1. Let your family know you don’t want to talk politics. Before the political conversations start, just be open and honest with your family. Tell them you don’t want to talk about politics and reach an understanding with one another that it’s impolite to do at the dinner table anyways.

“Look, guys, I’d honestly rather receive a bullet through my temple and swim with sharks on my period than talk about politics. Like, if anyone brings it up, I might just flip the table and take off my bra and go burn it somewhere because that’s where I’m at, and honestly, I don’t think anyone wants to see me without my bra on at this table. Except Uncle Eddie, he gives me the vibe of someone who watches step-sibling porn, so I think he’d be into my boobs. No offense, Uncle Eddie.”

2. If the topic does turn to politics, change the subject. One great tip is to change the topic of conversation in a non-awkward way by asking a question or using the phrase ‘That reminds me of….’ Bring up something the whole family can relate to, something that everyone might have an opinion on that is not political.

“You know what, that reminds me of a family secret I swore never to tell anyone. Mom, did you know that Erin used to drink all your booze from the liquor cabinet? Then she used to sneak out and bang her boyfriend in our old tree house?  Oh and she used to steal money to buy weed. Erin is totally the youngest child, am I right??”

3. Excuse yourself from the table. Think of a way to get yourself up from the table without being rude. Say you forgot to make a phone call or go to the bathroom. Always remember to be polite when walking away, giving people the sense that it’s not your anger removing you from the table. Give yourself a few minutes to cool down and return recharged for conversation.

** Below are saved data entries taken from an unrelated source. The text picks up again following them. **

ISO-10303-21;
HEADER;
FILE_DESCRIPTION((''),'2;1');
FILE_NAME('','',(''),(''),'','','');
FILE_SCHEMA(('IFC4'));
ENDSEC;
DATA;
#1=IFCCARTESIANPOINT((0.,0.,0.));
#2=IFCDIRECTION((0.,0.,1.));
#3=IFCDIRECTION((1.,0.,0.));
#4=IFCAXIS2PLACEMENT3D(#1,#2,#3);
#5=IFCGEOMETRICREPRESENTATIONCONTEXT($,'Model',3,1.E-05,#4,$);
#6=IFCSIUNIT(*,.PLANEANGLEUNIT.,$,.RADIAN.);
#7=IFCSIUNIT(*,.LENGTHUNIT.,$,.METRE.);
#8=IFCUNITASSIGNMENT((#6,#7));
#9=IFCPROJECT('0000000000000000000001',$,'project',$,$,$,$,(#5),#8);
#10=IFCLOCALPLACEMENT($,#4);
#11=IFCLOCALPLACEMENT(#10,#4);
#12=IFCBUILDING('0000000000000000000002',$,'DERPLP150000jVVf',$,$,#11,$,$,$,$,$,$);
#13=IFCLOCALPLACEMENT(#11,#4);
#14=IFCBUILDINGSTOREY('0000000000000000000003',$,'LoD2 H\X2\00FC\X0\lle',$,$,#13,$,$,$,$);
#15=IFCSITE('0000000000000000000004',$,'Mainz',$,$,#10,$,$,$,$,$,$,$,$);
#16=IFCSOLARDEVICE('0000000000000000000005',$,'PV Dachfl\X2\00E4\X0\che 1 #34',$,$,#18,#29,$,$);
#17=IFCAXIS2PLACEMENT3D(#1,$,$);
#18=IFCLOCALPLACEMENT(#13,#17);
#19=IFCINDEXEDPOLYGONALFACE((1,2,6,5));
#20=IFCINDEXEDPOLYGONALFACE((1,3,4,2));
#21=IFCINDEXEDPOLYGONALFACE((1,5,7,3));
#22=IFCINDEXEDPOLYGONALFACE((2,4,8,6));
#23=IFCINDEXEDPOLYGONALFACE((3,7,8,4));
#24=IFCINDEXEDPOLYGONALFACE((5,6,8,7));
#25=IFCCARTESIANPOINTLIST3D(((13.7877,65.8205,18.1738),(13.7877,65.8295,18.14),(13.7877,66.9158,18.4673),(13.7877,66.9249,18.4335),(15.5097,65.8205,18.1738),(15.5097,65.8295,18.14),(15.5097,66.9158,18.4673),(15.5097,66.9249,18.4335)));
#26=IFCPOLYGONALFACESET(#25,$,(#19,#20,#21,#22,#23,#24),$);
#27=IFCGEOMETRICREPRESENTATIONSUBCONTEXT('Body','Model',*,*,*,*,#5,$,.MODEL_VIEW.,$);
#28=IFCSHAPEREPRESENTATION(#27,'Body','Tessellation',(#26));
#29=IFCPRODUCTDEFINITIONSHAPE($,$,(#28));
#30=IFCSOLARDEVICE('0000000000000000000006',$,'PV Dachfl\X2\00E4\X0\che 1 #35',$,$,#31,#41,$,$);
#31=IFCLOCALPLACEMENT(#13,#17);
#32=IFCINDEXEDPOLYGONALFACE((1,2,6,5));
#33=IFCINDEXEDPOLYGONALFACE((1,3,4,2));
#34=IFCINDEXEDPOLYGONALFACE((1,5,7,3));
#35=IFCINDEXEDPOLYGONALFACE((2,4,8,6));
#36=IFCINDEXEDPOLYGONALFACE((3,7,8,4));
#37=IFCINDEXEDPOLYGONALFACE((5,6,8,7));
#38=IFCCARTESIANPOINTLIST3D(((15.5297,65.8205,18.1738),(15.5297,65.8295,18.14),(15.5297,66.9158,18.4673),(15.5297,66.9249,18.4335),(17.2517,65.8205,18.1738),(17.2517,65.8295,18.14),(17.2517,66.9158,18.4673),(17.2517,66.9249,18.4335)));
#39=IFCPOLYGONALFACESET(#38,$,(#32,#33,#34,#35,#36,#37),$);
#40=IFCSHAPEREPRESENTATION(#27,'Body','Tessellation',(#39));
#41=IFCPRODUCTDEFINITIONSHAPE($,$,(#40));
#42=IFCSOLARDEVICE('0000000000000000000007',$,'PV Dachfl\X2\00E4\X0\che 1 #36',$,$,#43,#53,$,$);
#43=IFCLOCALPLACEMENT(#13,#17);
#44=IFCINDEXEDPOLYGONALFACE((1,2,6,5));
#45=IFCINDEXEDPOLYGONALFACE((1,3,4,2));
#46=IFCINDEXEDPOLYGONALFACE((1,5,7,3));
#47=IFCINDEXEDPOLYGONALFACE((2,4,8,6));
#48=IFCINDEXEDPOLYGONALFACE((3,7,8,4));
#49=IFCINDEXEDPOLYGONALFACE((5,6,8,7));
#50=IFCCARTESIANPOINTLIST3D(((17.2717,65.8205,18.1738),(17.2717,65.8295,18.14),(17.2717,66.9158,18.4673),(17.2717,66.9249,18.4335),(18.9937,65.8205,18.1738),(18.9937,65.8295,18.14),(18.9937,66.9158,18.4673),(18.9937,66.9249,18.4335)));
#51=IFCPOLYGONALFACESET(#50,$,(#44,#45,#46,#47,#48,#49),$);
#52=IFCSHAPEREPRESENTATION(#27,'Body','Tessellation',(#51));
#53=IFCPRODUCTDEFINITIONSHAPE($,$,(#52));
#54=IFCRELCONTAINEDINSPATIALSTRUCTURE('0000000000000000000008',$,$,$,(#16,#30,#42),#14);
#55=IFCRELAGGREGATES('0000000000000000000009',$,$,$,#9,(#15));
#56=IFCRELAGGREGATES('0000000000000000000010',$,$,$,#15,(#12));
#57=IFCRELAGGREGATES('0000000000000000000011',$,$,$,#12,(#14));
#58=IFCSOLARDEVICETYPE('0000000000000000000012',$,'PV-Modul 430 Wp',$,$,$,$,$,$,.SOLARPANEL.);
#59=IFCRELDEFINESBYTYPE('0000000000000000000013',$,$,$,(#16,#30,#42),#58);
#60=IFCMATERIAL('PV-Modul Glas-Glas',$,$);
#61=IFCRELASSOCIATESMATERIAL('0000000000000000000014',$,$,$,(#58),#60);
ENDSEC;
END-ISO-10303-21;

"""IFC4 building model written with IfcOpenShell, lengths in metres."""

from ifc_helpers import new_model, si_unit, frame, frame_2d, origin, origin_with_axes, place, context, subcontext, project, spatial, rectangle, extrude, source, transform, mapped, material, type_object, type_shapes, element, save


model = new_model("IFC4")

# Units and contexts
model_context = context("Model", 3, precision=1e-05, world=origin_with_axes())
body_context = subcontext(model_context, "Body", "Model", "MODEL_VIEW")
ifc_project = project(units=[si_unit("PLANEANGLEUNIT", "RADIAN"), si_unit("LENGTHUNIT", "METRE")], contexts=[model_context])

# Site, building, storey
site_placement = place(None, origin_with_axes())
site = spatial("IfcSite", under=ifc_project, at=site_placement, Name="Mainz")
building_placement = place(site_placement, origin_with_axes())
building = spatial("IfcBuilding", under=site, at=building_placement, Name="DERPLP150000jVVf")
storey_placement = place(building_placement, origin_with_axes())
storey = spatial("IfcBuildingStorey", under=building, at=storey_placement, Name="LoD2 Hülle")

# Solar devices
ifc_material = material(Name="PV-Modul Glas-Glas")
solar_device_type = type_object("IfcSolarDeviceType", Name="PV-Modul 430 Wp", PredefinedType="SOLARPANEL", material=ifc_material)
shared_shape = source(origin_with_axes(), body_context, "Body", "SweptSolid", [
    extrude(rectangle(XDim=1.722, YDim=1.134, at=frame_2d((0.861, 0.567))), origin(), (0.0, 0.0, 1.0), 0.035),
])
type_shapes(solar_device_type, [shared_shape])
for number, where, z_axis, x_axis, name in (
    (1, (13.7877, 65.8295, 18.14), (0.0, -0.258819, 0.965926), (1.0, 0.0, 0.0), "PV Dachfläche 1 #34"),
    (2, (15.5297, 65.8295, 18.14), (0.0, -0.258819, 0.965926), (1.0, 0.0, 0.0), "PV Dachfläche 1 #35"),
    (3, (17.2717, 65.8295, 18.14), (0.0, -0.258819, 0.965926), (1.0, 0.0, 0.0), "PV Dachfläche 1 #36"),
):
    element("IfcSolarDevice", number, at=place(storey_placement, frame(where, z_axis=z_axis, x_axis=x_axis)), inside=storey, type_object=solar_device_type, Name=name, context=body_context, shape_type="MappedRepresentation", body=[
        mapped(shared_shape, transform((0.0, 0.0, 0.0), x_axis=(1.0, 0.0, 0.0), y_axis=(0.0, 1.0, 0.0), z_axis=(0.0, 0.0, 1.0), scale=1.0)),
    ])

save(model, "model.ifc")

“Excuse me, I have to go to the bathroom, because Aunt Mary’s stuffing tastes like ass and it makes me want to vomit all over this goddamn table. Be right back.”

4. Turn the topic of conversation on yourself. Talk about a recent accomplishment, like a work promotion or a new friendship or romantic relationship, something that your family will be excited to discuss and create a positive atmosphere at the dinner table.

“I’m a lesbian.”

5. Create a distraction. One way to get the attention off politics is to create a light distraction. You could try creating a fun game where everyone goes around and says what they’re thankful for. If that doesn’t work, ask for assistance to solve a simple problem in the kitchen. By pulling individuals out of the group conversation, it could be a natural way to change the topic.

“Oops, I accidentally set the house on fire. Gotta stop leaving gasoline-covered rags near open flames! HA-HA.”

6. If all else fails, agree to disagree.

“I know you voted for someone who is a racist, woman-hating, xenophobic piece of garbage, and while I understand it doesn’t make you a racist, woman-hating, xenophobic piece of garbage, it still means you support someone who is. And you had your reasons for voting, and it’s your right to vote for whoever you want to, but please respect that I find him revolting and that I don’t want to talk about him or his presidency right now. And if you come at me with this ‘sore loser’ bullshit, I know Grampy called Obama the N-word like it was the dude’s first name and said ‘He’s not my president,’ and all I gotta say is glass houses y’all. Maybe one day we’ll be able to have an educated conversation about Trump and his policies and why people voted for him, but today I just want to enjoy my fucking turkey, try and love my family even if I don’t like what they believe, and have one goddamn meal that isn’t drenched in my own tears.

Also, Aunt Mary, your stuffing really does taste like you cooked it in sewer water. This is disgusting.”